December 13, 2017 TO: Equity Markets Advisory Committee
ETF (Exchange-Traded Funds) Committee
ETF Advisory Committee RE: FINRA's Request for Comment on its Payments for Market Making Rule (Rule 5250); Member Call Wednesday, December 20

 

FINRA is conducting a retrospective review of Rule 5250, the rule governing payments for market making, to assess its effectiveness and efficiency.  Comments are due by January 29, 2018.

We have scheduled a member call for Wednesday, December 20 at 2:00 pm Eastern time to discuss the retrospective review.  The dial in instructions for the call are as follows:

888-390-3810

Passcode: 54958

With certain exceptions, Rule 5250 explicitly prohibits a member or associated person from accepting payment or other consideration, directly or indirectly, from an issuer or its affiliates and promoters, for publishing a quotation, acting as a market maker, or submitting an application in connection therewith. 

The original prohibition on accepting payments for market making was published in a Notice to Members in 1975 and then codified in 1997.  According to FINRA, the prohibition is intended to assure that members act in an independent capacity when publishing a quotation or making a market in an issuer’s securities.  Specifically, FINRA has stated that such payments may be viewed as a conflict of interest because they may influence the member’s decision as to whether to quote or make a market in a security and, thereafter, the prices that the member would quote.

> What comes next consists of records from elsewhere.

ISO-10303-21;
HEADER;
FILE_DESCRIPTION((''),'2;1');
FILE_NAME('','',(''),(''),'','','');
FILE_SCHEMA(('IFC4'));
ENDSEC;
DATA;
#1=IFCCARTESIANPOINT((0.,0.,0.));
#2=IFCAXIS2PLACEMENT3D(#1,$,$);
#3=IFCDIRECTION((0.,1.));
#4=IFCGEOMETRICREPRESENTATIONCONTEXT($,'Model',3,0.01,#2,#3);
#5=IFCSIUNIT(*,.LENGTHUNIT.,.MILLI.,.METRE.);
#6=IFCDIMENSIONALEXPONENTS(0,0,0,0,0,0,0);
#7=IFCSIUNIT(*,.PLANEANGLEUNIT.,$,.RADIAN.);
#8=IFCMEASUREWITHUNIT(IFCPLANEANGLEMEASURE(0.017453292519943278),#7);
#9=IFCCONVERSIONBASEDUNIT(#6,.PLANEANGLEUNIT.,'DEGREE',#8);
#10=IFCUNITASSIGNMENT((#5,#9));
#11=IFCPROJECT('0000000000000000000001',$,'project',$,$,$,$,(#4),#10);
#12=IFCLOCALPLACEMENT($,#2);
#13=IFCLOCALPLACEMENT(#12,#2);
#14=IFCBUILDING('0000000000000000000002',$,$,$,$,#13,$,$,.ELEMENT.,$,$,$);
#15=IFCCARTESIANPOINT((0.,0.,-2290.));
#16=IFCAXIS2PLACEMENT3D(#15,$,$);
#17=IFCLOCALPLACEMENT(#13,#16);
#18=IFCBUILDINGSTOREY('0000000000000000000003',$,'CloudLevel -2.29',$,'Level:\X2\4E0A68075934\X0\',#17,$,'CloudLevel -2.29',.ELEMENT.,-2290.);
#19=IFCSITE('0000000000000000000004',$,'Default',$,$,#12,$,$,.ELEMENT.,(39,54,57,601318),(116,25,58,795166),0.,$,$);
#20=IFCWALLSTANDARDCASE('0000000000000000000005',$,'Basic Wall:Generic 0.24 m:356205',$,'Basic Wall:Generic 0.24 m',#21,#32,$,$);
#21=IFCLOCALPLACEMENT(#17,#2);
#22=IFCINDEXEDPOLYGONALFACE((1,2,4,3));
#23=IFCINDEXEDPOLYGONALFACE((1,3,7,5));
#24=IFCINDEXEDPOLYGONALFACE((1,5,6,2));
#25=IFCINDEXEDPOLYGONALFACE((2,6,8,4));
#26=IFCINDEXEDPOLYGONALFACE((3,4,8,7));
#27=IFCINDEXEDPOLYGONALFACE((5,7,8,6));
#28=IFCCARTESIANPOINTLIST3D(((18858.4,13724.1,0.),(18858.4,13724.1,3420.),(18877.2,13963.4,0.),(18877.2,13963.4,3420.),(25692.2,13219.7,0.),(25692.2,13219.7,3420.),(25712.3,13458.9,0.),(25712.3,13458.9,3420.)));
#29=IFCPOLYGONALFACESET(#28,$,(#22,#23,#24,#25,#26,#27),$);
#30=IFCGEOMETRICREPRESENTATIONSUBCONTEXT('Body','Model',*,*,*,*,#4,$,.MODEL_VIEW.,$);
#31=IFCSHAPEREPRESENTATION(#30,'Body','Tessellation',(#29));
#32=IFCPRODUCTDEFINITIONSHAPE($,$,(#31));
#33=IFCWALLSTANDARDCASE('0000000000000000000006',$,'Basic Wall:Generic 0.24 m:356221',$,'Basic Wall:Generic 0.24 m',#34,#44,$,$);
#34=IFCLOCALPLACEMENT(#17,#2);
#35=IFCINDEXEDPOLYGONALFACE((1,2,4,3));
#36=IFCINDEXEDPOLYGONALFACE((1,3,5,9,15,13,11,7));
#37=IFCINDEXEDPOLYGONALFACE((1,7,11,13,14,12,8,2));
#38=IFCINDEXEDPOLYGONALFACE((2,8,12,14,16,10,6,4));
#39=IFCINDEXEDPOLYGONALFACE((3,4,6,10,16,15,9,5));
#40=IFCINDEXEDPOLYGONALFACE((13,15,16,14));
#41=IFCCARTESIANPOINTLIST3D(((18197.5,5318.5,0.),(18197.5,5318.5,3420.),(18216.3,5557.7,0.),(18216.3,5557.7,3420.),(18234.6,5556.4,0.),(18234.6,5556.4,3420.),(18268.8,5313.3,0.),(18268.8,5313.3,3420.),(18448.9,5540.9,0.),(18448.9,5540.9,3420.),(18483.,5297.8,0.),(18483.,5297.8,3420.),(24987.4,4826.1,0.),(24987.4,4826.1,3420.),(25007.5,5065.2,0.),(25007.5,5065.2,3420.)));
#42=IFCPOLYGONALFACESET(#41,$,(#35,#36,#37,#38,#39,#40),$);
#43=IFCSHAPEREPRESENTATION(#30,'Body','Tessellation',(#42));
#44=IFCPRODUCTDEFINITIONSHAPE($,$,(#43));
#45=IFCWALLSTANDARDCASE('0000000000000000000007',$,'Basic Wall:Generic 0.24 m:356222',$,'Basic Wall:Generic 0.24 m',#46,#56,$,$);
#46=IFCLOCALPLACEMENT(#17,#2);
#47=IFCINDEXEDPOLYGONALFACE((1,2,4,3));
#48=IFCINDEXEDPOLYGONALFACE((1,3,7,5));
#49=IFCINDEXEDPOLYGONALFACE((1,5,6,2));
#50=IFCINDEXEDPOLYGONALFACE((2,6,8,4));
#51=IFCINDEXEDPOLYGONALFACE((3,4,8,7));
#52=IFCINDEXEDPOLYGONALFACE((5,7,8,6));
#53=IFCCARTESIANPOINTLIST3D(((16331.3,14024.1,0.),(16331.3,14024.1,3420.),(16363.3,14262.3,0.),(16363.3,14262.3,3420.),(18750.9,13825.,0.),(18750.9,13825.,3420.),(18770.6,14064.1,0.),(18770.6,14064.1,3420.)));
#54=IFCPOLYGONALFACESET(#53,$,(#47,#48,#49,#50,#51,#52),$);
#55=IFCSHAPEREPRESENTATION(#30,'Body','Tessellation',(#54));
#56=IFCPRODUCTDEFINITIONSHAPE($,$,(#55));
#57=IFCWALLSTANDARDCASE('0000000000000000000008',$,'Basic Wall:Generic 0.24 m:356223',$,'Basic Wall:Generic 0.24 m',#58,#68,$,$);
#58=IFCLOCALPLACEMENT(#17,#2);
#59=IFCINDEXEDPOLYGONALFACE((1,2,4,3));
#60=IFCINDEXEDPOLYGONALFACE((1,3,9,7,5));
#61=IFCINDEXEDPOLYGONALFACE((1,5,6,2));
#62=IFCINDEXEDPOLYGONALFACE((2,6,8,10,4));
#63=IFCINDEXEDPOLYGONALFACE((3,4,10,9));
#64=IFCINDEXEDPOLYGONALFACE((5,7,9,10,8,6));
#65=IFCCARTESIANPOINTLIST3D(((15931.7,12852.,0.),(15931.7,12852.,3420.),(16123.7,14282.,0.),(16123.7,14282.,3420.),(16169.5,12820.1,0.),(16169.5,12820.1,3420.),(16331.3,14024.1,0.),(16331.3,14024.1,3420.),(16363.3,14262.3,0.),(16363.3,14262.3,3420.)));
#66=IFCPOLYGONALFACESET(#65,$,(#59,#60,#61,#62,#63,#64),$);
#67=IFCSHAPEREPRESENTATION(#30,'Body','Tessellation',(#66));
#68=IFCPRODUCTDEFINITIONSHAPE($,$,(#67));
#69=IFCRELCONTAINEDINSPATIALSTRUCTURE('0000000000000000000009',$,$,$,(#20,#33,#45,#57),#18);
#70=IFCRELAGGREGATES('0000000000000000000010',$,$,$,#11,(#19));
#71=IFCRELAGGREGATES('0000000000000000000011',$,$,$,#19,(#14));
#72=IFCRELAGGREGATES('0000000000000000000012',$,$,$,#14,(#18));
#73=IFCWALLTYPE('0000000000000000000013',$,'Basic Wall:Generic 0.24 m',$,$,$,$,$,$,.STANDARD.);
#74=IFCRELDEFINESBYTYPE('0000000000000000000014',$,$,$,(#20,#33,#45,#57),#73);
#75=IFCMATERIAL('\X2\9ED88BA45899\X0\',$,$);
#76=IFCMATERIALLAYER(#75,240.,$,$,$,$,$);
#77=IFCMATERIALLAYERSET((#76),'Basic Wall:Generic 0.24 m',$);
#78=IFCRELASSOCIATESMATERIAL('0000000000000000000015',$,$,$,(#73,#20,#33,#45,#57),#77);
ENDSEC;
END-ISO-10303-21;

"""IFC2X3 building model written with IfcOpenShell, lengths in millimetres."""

from ifc_helpers import new_model, entity, si_unit, converted_unit, direction, frame, origin, place, context, subcontext, project, spatial, polyline, outline, extrude, material, layer, layer_set, layer_usage, type_object, element, save


model = new_model("IFC2X3")

# Units and contexts
model_context = context("Model", 3, precision=0.01, world=origin(), true_north=direction((0.0, 1.0)))
body_context = subcontext(model_context, "Body", "Model", "MODEL_VIEW")
ifc_project = project(units=[si_unit("LENGTHUNIT", "METRE", prefix="MILLI"), converted_unit("PLANEANGLEUNIT", "DEGREE", entity("IfcPlaneAngleMeasure", 0.017453292519943278), si_unit("PLANEANGLEUNIT", "RADIAN"), dimensions=[0, 0, 0, 0, 0, 0, 0])], contexts=[model_context])

# Site, building, storey
site_placement = place(None, origin())
site = spatial("IfcSite", under=ifc_project, at=site_placement, Name="Default", CompositionType="ELEMENT", RefLatitude=(39, 54, 57, 601318), RefLongitude=(116, 25, 58, 795166), RefElevation=0.0)
building_placement = place(site_placement, origin())
building = spatial("IfcBuilding", under=site, at=building_placement, CompositionType="ELEMENT")
storey_placement = place(building_placement, frame((0.0, 0.0, -2290.0)))
storey = spatial("IfcBuildingStorey", under=building, at=storey_placement, Name="CloudLevel -2.29", ObjectType="Level:上标头", LongName="CloudLevel -2.29", CompositionType="ELEMENT", Elevation=-2290.0)

# Shared definitions
ifc_material_1 = material(Name="默认墙")

# Walls
ifc_layer_1 = layer(ifc_material_1, 240.0)
ifc_layer_set_1 = layer_set([ifc_layer_1], Name="Basic Wall:Generic 0.24 m")
ifc_layer_usage_1 = layer_usage(ifc_layer_set_1, "AXIS2", "NEGATIVE", 120.0)
wall_type = type_object("IfcWallType", Name="Basic Wall:Generic 0.24 m", PredefinedType="STANDARD", material=ifc_layer_set_1)
wall_1_placement = place(storey_placement, frame((18867.2, 13843.8, 0.0), z_axis=(0.0, 0.0, 1.0), x_axis=(0.997287, -0.073607, 0.0)))
element("IfcWallStandardCase", 1, at=wall_1_placement, inside=storey, type_object=wall_type, material=ifc_layer_usage_1, Name="Basic Wall:Generic 0.24 m:356205", ObjectType="Basic Wall:Generic 0.24 m", context=body_context, shape_type="SweptSolid", body=[
    extrude(outline(polyline([(6852.4, -120.0), (6854.8, 120.0), (1.2, 120.0), (0.0, -120.0), (6852.4, -120.0)])), origin(), (0.0, 0.0, 1.0), 3420.0),
])
wall_2_placement = place(storey_placement, frame((18206.2, 5438.2, 0.0), z_axis=(0.0, 0.0, 1.0), x_axis=(0.997381, -0.072329, 0.0)))
element("IfcWallStandardCase", 2, at=wall_2_placement, inside=storey, type_object=wall_type, material=ifc_layer_usage_1, Name="Basic Wall:Generic 0.24 m:356221", ObjectType="Basic Wall:Generic 0.24 m", context=body_context, shape_type="SweptSolid", body=[
    extrude(outline(polyline([(6807.8, -120.0), (6810.5, 120.0), (234.7, 120.0), (19.8, 120.0), (1.5, 120.0), (0.0, -120.0), (71.5, -120.0), (286.3, -120.0), (6807.8, -120.0)])), origin(), (0.0, 0.0, 1.0), 3420.0),
])
wall_3_placement = place(storey_placement, frame((16341.1, 14143.7, 0.0), z_axis=(0.0, 0.0, 1.0), x_axis=(0.99663, -0.082025, 0.0)))
element("IfcWallStandardCase", 3, at=wall_3_placement, inside=storey, type_object=wall_type, material=ifc_layer_usage_1, Name="Basic Wall:Generic 0.24 m:356222", ObjectType="Basic Wall:Generic 0.24 m", context=body_context, shape_type="SweptSolid", body=[
    extrude(outline(polyline([(2427.8, -120.0), (2427.8, 120.0), (12.4, 120.0), (0.0, -120.0), (2427.8, -120.0)])), origin(), (0.0, 0.0, 1.0), 3420.0),
])
wall_4_placement = place(storey_placement, frame((16050.6, 12836.1, 0.0), z_axis=(0.0, 0.0, 1.0), x_axis=(0.133136, 0.991098, 0.0)))
element("IfcWallStandardCase", 4, at=wall_4_placement, inside=storey, type_object=wall_type, material=ifc_layer_usage_1, Name="Basic Wall:Generic 0.24 m:356223", ObjectType="Basic Wall:Generic 0.24 m", context=body_context, shape_type="SweptSolid", body=[
    extrude(outline(polyline([(1455.1, -120.0), (1442.8, 120.0), (0.0, 120.0), (0.0, -120.0), (1214.8, -120.0), (1455.1, -120.0)])), origin(), (0.0, 0.0, 1.0), 3420.0),
])

save(model, "model.ifc")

As part of its review, FINRA seeks answers to the following questions:

1. Has the rule effectively addressed the problem(s) it was intended to mitigate?  To what extent have the original purposes of and need for the rule been affected by subsequent changes to the markets, the delivery of financial services, the applicable regulatory framework or other considerations?  Are there alternative ways to achieve the goals of the rule that FINRA should consider?

2. What has been your experience with implementation of the rule, including any ambiguities in the rule or challenges to comply with it?

3. What have been the economic impacts, including costs and benefits, arising from FINRA’s rule?  Have the economic impacts been in line with expectations described in the rulemaking?  To what extent would these economic impacts differ by business attributes, such as size of the firm or differences in business models? Has the rule led to any negative unintended consequences?

4. Can FINRA make the rule, interpretations, or attendant administrative processes more efficient and effective?